Hundred Ideas, One Hour
In Lesson 3, you defined the problem worth solving. You interviewed CFOs, synthesised their frustrations into a ranked pain map, and arrived at a crisp "How Might We" statement: how might we give CFOs the confidence to face their auditor without AP anxiety?
That problem statement is now your creative brief. The next step — ideation — is where most innovation teams underperform. In a typical brainstorm, the same 10-15 ideas surface every time. The creative range of the session is bounded by the diversity of the room and the willingness to say things that sound strange. AI removes these constraints. Given a clear problem statement, it can generate ideas across every dimension — incremental and radical, technical and non-technical, feature-level and business model level — faster than any team.

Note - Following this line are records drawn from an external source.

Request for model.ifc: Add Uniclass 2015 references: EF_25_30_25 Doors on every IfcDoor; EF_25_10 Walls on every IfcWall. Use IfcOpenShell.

First a look at what the model holds.

```python
import ifcopenshell

model = ifcopenshell.open("model.ifc")
print(model.schema)
print("classifications:", [c.Name for c in model.by_type("IfcClassification")])
for ifc_class in ("IfcDoor", "IfcRoof", "IfcStair", "IfcWall", "IfcWindow"):
    print(ifc_class, len(model.by_type(ifc_class)))
```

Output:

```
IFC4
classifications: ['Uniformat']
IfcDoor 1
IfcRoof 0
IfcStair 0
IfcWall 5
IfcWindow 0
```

```python
import ifcopenshell
import ifcopenshell.api.classification

model = ifcopenshell.open("model.ifc")

system = ifcopenshell.api.classification.add_classification(model, classification="Uniclass 2015")

codes = {
    "IfcDoor": ("EF_25_30_25", "Doors"),
    "IfcWall": ("EF_25_10", "Walls"),
}
for ifc_class, (code, name) in codes.items():
    products = model.by_type(ifc_class)
    ifcopenshell.api.classification.add_reference(
        model, products=products, classification=system, identification=code, name=name
    )
    print(code, len(products))

model.write("model_rev.ifc")
```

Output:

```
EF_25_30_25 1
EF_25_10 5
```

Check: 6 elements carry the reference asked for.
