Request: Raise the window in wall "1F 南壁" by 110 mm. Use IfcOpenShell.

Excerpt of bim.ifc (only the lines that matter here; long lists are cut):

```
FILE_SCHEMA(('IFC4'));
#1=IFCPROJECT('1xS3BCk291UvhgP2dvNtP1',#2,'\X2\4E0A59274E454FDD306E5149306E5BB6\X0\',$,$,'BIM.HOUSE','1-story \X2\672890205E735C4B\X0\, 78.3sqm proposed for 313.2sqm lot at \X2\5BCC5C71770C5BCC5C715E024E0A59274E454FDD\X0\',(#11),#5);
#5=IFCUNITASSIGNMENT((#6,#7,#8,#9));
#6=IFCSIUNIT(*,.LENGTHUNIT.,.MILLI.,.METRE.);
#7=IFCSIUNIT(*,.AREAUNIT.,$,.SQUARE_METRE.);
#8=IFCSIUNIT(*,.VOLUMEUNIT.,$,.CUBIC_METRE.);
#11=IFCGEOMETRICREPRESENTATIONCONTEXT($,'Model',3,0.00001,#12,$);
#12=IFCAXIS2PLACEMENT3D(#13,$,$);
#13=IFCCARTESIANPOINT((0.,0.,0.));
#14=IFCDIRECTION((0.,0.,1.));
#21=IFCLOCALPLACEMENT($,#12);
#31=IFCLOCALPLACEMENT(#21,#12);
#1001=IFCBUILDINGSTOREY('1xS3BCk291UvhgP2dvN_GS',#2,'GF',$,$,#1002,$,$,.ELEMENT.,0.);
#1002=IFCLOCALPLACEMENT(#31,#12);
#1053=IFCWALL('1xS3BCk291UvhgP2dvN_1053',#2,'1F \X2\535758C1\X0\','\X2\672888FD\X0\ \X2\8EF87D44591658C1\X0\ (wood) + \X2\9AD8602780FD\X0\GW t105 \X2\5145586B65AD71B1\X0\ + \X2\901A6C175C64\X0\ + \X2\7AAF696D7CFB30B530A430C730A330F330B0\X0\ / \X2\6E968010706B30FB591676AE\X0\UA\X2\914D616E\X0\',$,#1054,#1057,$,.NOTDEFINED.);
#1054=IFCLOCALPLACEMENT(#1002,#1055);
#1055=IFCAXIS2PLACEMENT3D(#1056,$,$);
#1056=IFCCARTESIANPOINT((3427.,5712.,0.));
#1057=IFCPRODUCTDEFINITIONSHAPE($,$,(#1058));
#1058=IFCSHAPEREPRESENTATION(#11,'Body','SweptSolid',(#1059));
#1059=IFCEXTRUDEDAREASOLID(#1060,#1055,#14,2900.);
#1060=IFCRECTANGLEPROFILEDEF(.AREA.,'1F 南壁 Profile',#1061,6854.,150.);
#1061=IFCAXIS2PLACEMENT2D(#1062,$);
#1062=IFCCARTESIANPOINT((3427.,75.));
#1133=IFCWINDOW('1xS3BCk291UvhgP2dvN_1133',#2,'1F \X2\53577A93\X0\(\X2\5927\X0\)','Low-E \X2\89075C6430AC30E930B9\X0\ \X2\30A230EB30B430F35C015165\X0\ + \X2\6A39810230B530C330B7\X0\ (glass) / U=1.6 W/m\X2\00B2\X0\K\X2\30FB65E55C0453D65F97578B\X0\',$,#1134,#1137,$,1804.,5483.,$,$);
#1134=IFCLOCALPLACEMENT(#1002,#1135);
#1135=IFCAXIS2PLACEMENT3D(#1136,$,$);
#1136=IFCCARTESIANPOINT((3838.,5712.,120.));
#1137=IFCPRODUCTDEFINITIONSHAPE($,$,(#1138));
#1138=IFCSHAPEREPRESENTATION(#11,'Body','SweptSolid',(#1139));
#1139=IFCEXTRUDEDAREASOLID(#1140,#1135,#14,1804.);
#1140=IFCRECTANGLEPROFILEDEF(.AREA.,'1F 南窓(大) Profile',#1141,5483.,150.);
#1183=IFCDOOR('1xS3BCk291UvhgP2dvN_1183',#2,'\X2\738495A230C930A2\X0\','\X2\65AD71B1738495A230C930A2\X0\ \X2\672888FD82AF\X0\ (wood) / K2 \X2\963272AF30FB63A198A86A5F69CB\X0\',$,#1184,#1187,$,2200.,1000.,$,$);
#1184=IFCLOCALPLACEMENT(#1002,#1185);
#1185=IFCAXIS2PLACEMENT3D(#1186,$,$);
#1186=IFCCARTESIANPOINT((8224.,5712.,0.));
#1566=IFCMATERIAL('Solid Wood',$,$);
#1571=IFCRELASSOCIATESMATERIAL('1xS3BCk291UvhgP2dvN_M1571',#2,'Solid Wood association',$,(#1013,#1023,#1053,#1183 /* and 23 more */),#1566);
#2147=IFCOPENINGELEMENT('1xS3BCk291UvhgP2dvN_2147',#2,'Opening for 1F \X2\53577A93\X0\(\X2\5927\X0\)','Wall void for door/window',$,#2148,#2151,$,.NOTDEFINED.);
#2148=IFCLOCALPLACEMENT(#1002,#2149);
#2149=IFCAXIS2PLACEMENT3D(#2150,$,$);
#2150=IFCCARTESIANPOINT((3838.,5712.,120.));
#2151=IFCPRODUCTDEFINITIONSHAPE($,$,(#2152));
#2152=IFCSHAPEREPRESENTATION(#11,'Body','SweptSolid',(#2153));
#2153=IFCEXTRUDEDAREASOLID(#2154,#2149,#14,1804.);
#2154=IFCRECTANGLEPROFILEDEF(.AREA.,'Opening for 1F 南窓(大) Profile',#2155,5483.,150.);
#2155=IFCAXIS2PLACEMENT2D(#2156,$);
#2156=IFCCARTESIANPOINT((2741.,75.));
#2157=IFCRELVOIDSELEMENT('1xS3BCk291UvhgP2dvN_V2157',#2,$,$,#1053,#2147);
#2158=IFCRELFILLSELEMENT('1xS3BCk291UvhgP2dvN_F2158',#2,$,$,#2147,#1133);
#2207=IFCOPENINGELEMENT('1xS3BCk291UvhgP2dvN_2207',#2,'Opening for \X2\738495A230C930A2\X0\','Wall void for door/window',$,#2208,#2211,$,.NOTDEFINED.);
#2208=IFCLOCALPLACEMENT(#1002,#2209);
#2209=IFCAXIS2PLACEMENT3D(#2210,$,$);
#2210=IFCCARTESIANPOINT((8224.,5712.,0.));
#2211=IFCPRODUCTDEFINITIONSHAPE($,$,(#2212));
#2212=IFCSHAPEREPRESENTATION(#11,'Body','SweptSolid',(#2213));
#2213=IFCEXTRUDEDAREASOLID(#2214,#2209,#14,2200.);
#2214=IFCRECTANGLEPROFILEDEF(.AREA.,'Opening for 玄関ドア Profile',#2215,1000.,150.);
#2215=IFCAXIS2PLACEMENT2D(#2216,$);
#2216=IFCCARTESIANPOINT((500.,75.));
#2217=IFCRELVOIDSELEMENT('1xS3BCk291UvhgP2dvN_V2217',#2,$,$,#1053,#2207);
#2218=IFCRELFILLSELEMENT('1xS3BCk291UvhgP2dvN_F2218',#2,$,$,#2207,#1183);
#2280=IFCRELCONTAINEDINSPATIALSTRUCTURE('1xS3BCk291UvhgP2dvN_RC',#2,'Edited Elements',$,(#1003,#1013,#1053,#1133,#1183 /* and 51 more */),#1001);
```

```python
import numpy as np
import ifcopenshell
import ifcopenshell.api.geometry
import ifcopenshell.util.placement
import ifcopenshell.util.unit

model = ifcopenshell.open("bim.ifc")
unit_scale = ifcopenshell.util.unit.calculate_unit_scale(model)

window = model.by_guid("1xS3BCk291UvhgP2dvN_1133")
opening = window.FillsVoids[0].RelatingOpeningElement
dz = 110.0

shift = np.array([0.0, 0.0, dz])
# The window is not placed relative to its opening, so move both.
for product in (opening, window):
    matrix = ifcopenshell.util.placement.get_local_placement(product.ObjectPlacement)
    matrix[:3, 3] += shift
    ifcopenshell.api.geometry.edit_object_placement(model, product=product, matrix=matrix, is_si=False)

print(f"moved by {dz * unit_scale:+.3f} m")

model.write("bim_rev.ifc")
```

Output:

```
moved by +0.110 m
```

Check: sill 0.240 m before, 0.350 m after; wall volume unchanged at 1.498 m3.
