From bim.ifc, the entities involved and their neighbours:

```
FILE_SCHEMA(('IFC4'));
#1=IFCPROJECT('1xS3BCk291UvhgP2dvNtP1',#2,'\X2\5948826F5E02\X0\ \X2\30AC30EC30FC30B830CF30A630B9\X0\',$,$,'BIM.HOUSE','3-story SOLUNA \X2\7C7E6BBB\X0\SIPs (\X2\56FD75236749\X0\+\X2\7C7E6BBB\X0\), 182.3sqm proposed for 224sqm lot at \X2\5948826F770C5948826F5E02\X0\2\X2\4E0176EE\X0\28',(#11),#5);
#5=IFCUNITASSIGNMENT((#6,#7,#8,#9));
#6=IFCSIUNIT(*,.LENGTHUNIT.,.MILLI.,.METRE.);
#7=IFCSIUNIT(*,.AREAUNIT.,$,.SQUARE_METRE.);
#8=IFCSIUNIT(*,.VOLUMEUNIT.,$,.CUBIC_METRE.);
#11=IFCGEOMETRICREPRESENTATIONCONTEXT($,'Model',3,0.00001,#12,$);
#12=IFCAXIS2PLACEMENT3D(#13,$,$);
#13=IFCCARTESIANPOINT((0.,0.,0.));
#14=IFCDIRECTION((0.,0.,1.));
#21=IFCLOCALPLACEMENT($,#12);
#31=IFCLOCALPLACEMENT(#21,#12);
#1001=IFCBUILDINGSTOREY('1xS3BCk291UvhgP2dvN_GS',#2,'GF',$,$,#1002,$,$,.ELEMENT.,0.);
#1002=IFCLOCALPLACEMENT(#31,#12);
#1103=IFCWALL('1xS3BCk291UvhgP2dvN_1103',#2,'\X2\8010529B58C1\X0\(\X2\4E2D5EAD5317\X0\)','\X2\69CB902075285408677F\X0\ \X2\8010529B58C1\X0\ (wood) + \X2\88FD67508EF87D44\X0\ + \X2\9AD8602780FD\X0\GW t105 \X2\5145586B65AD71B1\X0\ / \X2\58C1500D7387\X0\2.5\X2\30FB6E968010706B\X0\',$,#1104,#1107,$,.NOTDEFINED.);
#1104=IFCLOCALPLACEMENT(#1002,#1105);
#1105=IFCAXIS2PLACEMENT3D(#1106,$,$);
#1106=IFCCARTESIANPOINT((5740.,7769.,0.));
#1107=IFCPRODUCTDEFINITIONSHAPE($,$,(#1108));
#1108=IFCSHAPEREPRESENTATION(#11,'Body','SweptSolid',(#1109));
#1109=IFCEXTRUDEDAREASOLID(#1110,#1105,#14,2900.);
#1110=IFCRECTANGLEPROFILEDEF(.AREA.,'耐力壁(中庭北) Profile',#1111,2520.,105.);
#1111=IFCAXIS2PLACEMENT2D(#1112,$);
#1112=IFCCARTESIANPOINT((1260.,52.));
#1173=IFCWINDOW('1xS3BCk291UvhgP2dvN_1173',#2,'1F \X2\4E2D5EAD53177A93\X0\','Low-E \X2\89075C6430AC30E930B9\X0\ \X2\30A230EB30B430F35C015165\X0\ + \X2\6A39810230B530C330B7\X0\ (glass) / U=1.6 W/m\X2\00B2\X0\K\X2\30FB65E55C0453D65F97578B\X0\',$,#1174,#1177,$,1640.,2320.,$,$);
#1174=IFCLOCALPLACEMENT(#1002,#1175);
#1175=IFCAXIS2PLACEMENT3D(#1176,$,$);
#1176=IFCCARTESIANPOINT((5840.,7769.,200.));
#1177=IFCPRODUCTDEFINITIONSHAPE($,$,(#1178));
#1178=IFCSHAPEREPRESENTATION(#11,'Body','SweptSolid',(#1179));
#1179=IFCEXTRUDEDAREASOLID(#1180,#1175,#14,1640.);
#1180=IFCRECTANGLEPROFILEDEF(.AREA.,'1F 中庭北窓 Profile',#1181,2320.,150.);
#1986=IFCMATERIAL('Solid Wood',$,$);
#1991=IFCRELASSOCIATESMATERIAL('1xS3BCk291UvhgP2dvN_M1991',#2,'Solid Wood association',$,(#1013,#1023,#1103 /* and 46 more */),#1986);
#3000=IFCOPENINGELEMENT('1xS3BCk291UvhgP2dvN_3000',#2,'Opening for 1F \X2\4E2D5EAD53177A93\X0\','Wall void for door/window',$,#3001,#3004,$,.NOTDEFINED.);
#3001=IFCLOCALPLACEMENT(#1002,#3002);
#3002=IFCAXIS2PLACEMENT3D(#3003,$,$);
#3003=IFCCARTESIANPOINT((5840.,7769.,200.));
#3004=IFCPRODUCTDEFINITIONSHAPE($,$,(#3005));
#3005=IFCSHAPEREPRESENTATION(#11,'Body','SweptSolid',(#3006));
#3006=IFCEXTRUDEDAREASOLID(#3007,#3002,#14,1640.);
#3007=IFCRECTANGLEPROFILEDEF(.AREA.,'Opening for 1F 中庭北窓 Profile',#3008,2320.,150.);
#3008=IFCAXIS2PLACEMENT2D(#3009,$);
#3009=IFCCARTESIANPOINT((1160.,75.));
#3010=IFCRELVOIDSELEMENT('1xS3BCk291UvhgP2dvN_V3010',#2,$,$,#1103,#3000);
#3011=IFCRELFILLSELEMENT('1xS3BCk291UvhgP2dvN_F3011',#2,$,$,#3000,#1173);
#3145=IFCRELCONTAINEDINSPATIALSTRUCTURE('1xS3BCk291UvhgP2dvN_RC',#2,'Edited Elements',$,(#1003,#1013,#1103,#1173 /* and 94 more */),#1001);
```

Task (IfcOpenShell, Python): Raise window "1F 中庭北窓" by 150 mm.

```python
import numpy as np
import ifcopenshell
import ifcopenshell.api.geometry
import ifcopenshell.util.placement
import ifcopenshell.util.unit

model = ifcopenshell.open("bim.ifc")
unit_scale = ifcopenshell.util.unit.calculate_unit_scale(model)

window = model.by_guid("1xS3BCk291UvhgP2dvN_1173")
opening = window.FillsVoids[0].RelatingOpeningElement
dz = 150.0

shift = np.array([0.0, 0.0, dz])
# The window is not placed relative to its opening, so move both.
for product in (opening, window):
    matrix = ifcopenshell.util.placement.get_local_placement(product.ObjectPlacement)
    matrix[:3, 3] += shift
    ifcopenshell.api.geometry.edit_object_placement(model, product=product, matrix=matrix, is_si=False)

print(f"moved by {dz * unit_scale:+.3f} m")

model.write("bim_v2.ifc")
```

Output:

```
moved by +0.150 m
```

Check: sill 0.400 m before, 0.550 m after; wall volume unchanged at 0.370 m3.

The 100-idea sprint is not just about volume. It is about structure. Without categories, 100 ideas become 10 ideas repeated with slightly different wording. With 10 categories, you explore 10 fundamentally different lenses on the same problem — and the best ideas, almost always, are in the second half.
Why Brainstorms Underperform
The academic literature on group brainstorming is unequivocal: unstructured group brainstorming consistently produces fewer and lower-quality ideas than the same number of people working alone, then sharing. The culprits are well-understood — production blocking (you cannot say your idea while someone else is talking), evaluation apprehension (fear of judgment), and social loafing (assuming others are doing the hard thinking).
The 100-idea sprint sidesteps all three mechanisms. The AI has no social pressure and no evaluation apprehension. It does not run out of ideas when the obvious ones are exhausted. And the 10-category structure forces it into creative territory that group brainstorms never reach.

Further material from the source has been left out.